Red Hat has announced the purchase of the startup Neural Magica company born in 2018 as a spinoff of MIT dedicated to software development and process optimization algorithms using generative AI. Specifically, its systems are responsible for accelerating generative AI inference workloads.
The company therefore has experience in inference performance engineering, and since its inception has shown a commitment to open source, which put it in line with Red Hat’s vision for high-performance AI workloads that They adapt directly to the customer’s specific use cases and data at any point in the hybrid cloud.
The large language models that support generative AI systems are increasing in size, which also increases the computing power necessary for the development of profitable and reliable LLMs. Also the consumption of energy resources required to achieve it, as well as the specialized operational skills to execute them. This makes having personalized, ready-to-deploy AI with an adequate level of security awareness increasingly complicated for companies.
Given this, Red Hat has among its objectives to make generative AI more accessible to companies through the open innovation proposed by the vLLM project. Developed by the University of California at Berkeley, this project is driven by the community for open model serving, that is, it directly affects how generative AI models infer and solve problems.
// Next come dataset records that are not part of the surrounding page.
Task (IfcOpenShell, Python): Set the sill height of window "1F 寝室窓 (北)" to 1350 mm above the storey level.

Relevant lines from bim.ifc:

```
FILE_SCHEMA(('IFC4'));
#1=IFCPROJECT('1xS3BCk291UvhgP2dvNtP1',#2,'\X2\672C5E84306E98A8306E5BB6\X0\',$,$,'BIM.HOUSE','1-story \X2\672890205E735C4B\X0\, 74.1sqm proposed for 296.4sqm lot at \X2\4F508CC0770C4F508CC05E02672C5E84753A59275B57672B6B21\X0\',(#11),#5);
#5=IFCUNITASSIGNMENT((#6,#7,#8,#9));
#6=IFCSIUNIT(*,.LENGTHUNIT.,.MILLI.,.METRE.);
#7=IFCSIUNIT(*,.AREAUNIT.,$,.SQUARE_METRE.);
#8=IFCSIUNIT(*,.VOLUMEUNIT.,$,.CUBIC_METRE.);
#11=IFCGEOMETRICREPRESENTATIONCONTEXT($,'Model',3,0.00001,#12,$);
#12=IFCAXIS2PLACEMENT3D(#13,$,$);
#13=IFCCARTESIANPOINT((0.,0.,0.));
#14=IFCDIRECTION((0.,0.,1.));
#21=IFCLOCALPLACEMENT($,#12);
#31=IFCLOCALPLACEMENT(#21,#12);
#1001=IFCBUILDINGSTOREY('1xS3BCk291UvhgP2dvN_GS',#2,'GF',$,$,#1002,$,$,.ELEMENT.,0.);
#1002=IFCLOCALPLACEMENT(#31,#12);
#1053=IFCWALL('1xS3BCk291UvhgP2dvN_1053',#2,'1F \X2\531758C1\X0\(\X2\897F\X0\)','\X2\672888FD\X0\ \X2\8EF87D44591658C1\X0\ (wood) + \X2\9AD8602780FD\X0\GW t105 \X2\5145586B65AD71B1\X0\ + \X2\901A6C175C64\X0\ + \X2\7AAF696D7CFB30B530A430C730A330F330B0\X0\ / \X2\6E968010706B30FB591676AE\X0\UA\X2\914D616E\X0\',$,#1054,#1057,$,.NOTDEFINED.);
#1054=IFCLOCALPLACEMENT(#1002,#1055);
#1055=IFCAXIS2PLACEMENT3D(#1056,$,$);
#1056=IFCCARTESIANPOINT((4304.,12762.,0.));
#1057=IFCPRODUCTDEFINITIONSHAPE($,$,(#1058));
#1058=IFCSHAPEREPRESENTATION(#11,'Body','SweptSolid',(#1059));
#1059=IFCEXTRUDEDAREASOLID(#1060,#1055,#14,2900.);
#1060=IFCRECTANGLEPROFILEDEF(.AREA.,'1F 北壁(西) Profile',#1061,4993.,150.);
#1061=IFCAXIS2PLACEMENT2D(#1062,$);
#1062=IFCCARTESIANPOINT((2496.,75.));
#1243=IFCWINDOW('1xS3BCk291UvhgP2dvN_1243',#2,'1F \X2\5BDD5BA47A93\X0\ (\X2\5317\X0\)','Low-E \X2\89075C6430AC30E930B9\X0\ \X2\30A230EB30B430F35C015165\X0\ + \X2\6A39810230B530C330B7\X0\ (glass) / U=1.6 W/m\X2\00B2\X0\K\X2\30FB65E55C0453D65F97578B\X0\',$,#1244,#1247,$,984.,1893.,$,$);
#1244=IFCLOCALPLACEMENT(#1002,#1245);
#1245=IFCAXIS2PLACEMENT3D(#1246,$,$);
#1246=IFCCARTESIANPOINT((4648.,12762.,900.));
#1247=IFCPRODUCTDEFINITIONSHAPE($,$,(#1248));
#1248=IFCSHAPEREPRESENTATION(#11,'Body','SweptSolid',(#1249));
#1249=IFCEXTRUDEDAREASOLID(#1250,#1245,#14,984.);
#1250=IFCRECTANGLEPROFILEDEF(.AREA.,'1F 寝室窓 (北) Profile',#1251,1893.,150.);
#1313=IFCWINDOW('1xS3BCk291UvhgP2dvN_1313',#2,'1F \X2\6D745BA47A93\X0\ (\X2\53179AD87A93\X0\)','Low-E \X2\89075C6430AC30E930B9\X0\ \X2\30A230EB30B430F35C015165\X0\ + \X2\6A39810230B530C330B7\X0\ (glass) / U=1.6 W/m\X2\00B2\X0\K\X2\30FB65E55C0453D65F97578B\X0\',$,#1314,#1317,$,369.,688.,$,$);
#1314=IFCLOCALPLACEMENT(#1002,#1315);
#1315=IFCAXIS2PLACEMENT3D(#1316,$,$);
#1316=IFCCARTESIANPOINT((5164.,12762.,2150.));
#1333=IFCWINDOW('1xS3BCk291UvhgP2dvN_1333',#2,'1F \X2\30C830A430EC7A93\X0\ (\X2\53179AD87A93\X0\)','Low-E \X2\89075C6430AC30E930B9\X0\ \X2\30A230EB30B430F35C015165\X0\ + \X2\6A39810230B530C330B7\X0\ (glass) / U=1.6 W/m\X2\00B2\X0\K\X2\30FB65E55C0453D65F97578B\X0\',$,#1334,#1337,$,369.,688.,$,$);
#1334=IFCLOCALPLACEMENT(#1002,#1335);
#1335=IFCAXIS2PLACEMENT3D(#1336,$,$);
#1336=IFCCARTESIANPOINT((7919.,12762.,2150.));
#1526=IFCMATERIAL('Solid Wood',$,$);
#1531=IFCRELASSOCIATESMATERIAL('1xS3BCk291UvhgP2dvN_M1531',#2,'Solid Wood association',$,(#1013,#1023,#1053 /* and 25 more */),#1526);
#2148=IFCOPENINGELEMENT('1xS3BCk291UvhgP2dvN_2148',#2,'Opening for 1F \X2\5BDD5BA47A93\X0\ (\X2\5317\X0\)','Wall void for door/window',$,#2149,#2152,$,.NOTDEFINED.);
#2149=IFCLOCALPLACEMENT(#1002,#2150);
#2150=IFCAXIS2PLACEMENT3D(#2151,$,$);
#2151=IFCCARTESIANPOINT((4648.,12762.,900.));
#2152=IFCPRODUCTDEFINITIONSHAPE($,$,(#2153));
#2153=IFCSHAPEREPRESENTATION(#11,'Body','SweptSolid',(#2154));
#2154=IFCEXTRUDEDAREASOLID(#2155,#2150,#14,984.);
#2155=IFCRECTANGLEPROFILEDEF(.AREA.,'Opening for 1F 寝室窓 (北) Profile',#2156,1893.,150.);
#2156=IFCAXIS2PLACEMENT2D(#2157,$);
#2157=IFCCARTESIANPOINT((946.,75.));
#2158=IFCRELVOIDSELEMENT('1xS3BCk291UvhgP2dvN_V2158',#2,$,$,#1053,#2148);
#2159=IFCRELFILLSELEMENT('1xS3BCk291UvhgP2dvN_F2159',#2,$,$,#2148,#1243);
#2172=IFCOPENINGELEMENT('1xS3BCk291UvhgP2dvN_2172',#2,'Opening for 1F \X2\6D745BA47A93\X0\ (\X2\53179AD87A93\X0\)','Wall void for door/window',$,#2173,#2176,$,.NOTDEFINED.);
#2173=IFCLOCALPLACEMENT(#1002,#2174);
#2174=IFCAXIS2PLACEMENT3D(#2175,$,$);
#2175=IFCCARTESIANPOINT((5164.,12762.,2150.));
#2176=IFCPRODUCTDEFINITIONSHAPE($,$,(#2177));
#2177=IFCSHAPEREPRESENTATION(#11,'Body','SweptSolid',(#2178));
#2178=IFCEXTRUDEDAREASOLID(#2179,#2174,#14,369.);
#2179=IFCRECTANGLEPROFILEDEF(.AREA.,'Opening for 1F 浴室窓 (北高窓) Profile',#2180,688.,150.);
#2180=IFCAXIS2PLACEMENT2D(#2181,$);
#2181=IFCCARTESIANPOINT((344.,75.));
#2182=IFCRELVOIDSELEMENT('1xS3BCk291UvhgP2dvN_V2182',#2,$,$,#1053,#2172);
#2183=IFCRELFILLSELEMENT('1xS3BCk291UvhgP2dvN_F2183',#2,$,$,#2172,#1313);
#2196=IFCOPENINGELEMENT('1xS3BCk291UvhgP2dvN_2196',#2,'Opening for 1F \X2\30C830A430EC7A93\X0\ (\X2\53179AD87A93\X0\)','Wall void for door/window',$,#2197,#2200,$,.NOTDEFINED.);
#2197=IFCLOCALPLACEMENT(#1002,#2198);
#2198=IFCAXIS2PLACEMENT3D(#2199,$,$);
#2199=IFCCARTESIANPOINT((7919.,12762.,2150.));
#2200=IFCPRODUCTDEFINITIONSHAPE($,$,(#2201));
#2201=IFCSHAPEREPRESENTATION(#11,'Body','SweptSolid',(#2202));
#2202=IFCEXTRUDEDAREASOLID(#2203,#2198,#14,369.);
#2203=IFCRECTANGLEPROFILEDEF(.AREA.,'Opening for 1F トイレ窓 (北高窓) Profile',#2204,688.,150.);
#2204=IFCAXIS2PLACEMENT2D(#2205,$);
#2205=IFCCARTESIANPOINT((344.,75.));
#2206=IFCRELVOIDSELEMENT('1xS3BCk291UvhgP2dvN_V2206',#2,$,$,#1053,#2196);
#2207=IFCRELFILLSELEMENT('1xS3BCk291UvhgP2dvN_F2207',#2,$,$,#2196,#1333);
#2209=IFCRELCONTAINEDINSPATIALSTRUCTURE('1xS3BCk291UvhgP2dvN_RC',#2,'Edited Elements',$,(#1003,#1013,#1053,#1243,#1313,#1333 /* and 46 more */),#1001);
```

```python
import numpy as np
import ifcopenshell
import ifcopenshell.api.geometry
import ifcopenshell.geom
import ifcopenshell.util.element
import ifcopenshell.util.placement
import ifcopenshell.util.shape
import ifcopenshell.util.unit

model = ifcopenshell.open("bim.ifc")
unit_scale = ifcopenshell.util.unit.calculate_unit_scale(model)

window = model.by_guid("1xS3BCk291UvhgP2dvN_1243")
opening = window.FillsVoids[0].RelatingOpeningElement
storey = ifcopenshell.util.element.get_container(window, ifc_class="IfcBuildingStorey")
level = ifcopenshell.util.placement.get_local_placement(storey.ObjectPlacement)[2, 3]

# The opening's origin need not be at the sill, so measure its lowest point.
shape = ifcopenshell.geom.create_shape(ifcopenshell.geom.settings(), opening)
bottom = ifcopenshell.util.shape.get_shape_bottom_elevation(shape, shape.geometry) / unit_scale
dz = level + 1350.0 - bottom

shift = np.array([0.0, 0.0, dz])
# The window is not placed relative to its opening, so move both.
for product in (opening, window):
    matrix = ifcopenshell.util.placement.get_local_placement(product.ObjectPlacement)
    matrix[:3, 3] += shift
    ifcopenshell.api.geometry.edit_object_placement(model, product=product, matrix=matrix, is_si=False)

print(f"moved by {dz * unit_scale:+.3f} m")

model.write("bim_v2.ifc")
```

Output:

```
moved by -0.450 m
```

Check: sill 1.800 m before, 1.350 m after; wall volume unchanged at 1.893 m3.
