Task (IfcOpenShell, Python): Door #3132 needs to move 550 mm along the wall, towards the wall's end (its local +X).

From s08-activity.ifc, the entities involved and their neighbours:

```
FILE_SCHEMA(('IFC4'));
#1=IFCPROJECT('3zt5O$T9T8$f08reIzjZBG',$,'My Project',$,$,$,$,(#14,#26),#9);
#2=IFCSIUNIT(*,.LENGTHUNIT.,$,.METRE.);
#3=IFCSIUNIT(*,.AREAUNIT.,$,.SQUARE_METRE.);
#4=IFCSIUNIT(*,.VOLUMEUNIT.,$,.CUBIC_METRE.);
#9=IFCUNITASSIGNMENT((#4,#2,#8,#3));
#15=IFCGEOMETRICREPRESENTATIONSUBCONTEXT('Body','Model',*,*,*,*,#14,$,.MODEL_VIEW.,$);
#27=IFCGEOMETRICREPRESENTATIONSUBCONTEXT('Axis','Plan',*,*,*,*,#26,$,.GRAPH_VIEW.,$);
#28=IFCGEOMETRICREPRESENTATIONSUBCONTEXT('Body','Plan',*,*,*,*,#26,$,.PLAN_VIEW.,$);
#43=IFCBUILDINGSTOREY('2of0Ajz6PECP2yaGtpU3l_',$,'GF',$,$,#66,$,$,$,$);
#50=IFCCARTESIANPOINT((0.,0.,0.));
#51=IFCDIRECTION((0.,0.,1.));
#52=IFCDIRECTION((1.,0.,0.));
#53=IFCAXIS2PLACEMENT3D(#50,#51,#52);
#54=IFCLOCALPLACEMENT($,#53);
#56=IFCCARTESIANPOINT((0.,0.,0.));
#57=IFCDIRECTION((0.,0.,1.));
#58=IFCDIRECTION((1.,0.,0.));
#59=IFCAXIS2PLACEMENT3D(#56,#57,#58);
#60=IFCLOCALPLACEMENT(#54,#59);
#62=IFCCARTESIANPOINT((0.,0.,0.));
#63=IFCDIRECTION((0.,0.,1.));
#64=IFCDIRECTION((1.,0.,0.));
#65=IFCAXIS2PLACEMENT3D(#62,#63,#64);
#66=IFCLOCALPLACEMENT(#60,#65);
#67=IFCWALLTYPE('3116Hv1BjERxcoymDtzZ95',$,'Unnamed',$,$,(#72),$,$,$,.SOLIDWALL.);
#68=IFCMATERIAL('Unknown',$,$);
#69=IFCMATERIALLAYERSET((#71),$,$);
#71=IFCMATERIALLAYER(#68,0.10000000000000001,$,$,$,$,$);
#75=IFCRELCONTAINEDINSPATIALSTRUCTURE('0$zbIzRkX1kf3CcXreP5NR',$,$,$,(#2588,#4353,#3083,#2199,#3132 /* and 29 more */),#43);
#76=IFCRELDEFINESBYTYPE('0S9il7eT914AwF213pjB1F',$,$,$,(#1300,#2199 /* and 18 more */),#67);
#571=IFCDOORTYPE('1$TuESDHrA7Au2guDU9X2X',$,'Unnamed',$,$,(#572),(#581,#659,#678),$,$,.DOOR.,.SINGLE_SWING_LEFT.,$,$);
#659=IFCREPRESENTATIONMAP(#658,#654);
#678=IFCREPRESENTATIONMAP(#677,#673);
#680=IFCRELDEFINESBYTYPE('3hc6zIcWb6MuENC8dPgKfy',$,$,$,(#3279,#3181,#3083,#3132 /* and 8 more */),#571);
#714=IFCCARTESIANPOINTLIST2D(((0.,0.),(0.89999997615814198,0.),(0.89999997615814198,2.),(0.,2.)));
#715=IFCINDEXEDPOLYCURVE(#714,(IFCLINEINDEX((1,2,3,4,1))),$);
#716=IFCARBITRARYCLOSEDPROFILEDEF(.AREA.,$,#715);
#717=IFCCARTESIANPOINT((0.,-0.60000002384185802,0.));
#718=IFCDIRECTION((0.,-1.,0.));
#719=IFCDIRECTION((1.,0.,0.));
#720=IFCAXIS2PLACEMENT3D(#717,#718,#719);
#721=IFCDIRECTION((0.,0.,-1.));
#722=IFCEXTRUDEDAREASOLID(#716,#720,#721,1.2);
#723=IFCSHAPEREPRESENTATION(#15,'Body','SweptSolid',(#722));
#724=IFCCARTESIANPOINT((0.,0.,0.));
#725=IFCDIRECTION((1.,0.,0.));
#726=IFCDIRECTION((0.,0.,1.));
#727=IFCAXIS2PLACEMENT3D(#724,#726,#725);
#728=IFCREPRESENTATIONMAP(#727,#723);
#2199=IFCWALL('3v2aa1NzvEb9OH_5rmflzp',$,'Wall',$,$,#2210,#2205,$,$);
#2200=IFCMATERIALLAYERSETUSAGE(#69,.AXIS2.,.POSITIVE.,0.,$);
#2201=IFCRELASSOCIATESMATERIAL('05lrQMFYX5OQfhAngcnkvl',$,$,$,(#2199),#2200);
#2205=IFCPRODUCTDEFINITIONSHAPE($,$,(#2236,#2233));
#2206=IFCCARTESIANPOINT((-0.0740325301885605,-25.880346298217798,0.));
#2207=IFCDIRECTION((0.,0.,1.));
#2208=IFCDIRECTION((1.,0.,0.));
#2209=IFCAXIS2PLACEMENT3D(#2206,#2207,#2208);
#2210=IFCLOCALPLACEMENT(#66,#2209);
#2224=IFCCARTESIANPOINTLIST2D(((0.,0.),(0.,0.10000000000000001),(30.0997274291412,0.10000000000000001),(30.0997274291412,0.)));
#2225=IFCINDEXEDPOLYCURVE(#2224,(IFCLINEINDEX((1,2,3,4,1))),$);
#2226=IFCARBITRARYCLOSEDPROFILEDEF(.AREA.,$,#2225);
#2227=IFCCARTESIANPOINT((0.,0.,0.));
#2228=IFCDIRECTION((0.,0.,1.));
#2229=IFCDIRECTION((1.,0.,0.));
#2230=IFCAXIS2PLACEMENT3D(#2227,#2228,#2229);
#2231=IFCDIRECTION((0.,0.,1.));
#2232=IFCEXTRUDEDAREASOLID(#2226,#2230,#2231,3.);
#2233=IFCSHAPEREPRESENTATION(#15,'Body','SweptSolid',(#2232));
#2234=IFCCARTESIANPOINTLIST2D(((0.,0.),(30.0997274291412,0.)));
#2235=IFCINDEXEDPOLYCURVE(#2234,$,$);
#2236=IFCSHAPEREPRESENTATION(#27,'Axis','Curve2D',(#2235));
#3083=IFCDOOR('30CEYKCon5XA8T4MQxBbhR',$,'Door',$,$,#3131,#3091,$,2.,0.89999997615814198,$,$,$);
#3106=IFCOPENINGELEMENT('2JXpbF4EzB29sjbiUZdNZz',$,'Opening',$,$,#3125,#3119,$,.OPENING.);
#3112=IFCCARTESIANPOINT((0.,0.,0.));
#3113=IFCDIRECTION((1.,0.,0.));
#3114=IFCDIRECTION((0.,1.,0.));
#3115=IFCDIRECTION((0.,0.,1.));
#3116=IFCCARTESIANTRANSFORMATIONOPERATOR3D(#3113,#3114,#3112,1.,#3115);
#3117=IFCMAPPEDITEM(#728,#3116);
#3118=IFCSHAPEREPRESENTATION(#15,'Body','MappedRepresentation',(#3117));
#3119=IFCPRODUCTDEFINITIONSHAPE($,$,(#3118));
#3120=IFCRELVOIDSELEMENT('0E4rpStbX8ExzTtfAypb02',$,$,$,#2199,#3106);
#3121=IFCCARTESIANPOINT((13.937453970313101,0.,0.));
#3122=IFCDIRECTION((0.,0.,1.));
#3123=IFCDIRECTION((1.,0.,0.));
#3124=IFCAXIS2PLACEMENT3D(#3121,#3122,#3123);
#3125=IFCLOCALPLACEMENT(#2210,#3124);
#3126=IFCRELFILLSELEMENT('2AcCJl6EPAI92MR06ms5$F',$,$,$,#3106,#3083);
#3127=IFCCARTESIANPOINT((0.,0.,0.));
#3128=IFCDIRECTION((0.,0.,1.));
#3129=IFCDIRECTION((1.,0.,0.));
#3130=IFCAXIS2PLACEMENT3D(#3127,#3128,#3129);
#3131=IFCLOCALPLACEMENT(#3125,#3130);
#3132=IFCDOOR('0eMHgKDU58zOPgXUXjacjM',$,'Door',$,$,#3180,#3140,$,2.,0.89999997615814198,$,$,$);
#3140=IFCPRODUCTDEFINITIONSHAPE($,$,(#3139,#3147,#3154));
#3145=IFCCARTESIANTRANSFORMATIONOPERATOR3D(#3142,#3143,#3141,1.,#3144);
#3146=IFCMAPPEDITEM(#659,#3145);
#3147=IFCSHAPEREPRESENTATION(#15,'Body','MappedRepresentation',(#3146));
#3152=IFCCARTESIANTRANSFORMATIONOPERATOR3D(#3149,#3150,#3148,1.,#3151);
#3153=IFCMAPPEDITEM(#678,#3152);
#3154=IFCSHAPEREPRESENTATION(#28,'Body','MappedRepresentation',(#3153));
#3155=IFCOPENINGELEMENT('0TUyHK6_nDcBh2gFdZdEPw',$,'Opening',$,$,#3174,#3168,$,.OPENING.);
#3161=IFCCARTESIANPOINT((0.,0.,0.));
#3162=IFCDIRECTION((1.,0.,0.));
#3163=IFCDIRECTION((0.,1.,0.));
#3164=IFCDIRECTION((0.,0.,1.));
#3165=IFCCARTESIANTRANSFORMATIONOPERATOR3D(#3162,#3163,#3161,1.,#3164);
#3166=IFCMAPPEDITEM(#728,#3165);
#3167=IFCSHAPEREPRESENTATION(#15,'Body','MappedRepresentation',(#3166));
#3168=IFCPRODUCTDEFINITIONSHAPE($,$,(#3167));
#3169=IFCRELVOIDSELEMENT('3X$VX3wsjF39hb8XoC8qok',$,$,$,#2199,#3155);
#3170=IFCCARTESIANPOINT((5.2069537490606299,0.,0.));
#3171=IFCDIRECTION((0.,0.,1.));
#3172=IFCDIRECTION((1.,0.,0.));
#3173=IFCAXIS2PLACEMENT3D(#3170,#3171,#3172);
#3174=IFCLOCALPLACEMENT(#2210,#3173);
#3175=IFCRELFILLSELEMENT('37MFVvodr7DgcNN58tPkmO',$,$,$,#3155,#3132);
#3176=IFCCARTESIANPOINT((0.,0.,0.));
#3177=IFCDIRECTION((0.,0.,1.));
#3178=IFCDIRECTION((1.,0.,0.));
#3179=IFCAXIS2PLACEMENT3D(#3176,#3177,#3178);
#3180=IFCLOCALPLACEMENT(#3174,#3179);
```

```python
import ifcopenshell
import ifcopenshell.api.geometry
import ifcopenshell.util.placement

model = ifcopenshell.open("s08-activity.ifc")

door = model.by_guid("0eMHgKDU58zOPgXUXjacjM")
opening = door.FillsVoids[0].RelatingOpeningElement
wall = opening.VoidsElements[0].RelatingBuildingElement

wall_matrix = ifcopenshell.util.placement.get_local_placement(wall.ObjectPlacement)
shift = wall_matrix[:3, 0] * 0.55
before = ifcopenshell.util.placement.get_local_placement(door.ObjectPlacement)[:3, 3].copy()

# The door is placed relative to its opening, so it follows when the opening moves.
matrix = ifcopenshell.util.placement.get_local_placement(opening.ObjectPlacement)
matrix[:3, 3] += shift
ifcopenshell.api.geometry.edit_object_placement(
    model, product=opening, matrix=matrix, is_si=False, should_transform_children=True
)

after = ifcopenshell.util.placement.get_local_placement(door.ObjectPlacement)[:3, 3]
print("door moved by", (after - before).round(3) + 0.0)

model.write("s08-activity_updated.ifc")
```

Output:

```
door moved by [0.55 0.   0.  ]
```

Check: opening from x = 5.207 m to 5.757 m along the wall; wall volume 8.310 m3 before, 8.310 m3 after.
The vLLM project offers support for all major model families, advanced research in inference acceleration, and various hardware backends. These include AMD or Nvidia GPUs, AWS Neuron, Google TPUs, Intel Gaudi, and x86 CPUs. Neural Magic is one of the companies that has stood out the most so far within the vLLM project, which caught the attention of Red Hat and led to its purchase.
The operation will add its experience to Red Hat’s portfolio of AI technologies for hybrid cloud, which will allow it to offer its clients solutions for the development of specific AI strategies to meet their needs, regardless of where their assets are hosted. data.
With the experience and knowledge of the vLLM project, Neural Magic develops an enterprise inference stack to optimize, deploy and scale LLM workloads in hybrid cloud environments with full control over the choice of infrastructure, security policies and the cycle model life.
Additionally, he conducts research in model optimization, develops the LLM Compressor library for LLM optimization with sparsity and quantization algorithms, and maintains a repository of pre-optimized models ready to deploy with vLLM. All of this will enhance Red Hat AI’s ability to support large language model deployments anywhere in the hybrid cloud with an open, streamlined inference stack.
According to Matt Hicks, CEO and President of Red Hat«AI workloads should run where customer data is in the hybrid cloud; This makes flexible, standardized, and open platforms and tools a necessity, allowing organizations to select the environments, resources, and architectures that best fit their unique operational and data needs. We are delighted to complement our hybrid cloud-centric AI portfolio with Neural Magic’s disruptive AI innovator, furthering our goal of not only being the ‘Red Hat’ of open source, but also the ‘Red Hat’ of AI.«.
For its part, Brian Stevens, CEO de Neural Magichas highlighted that «Open source has proven time and time again to drive innovation through the power of community collaboration. At Neural Magic, we’ve brought together some of the industry’s top talent in AI performance engineering with the singular mission of building open, cross-platform, and ultra-efficient LLM service capabilities. Joining Red Hat is not only a cultural fit, but will benefit companies large and small on their AI transformation journeys«.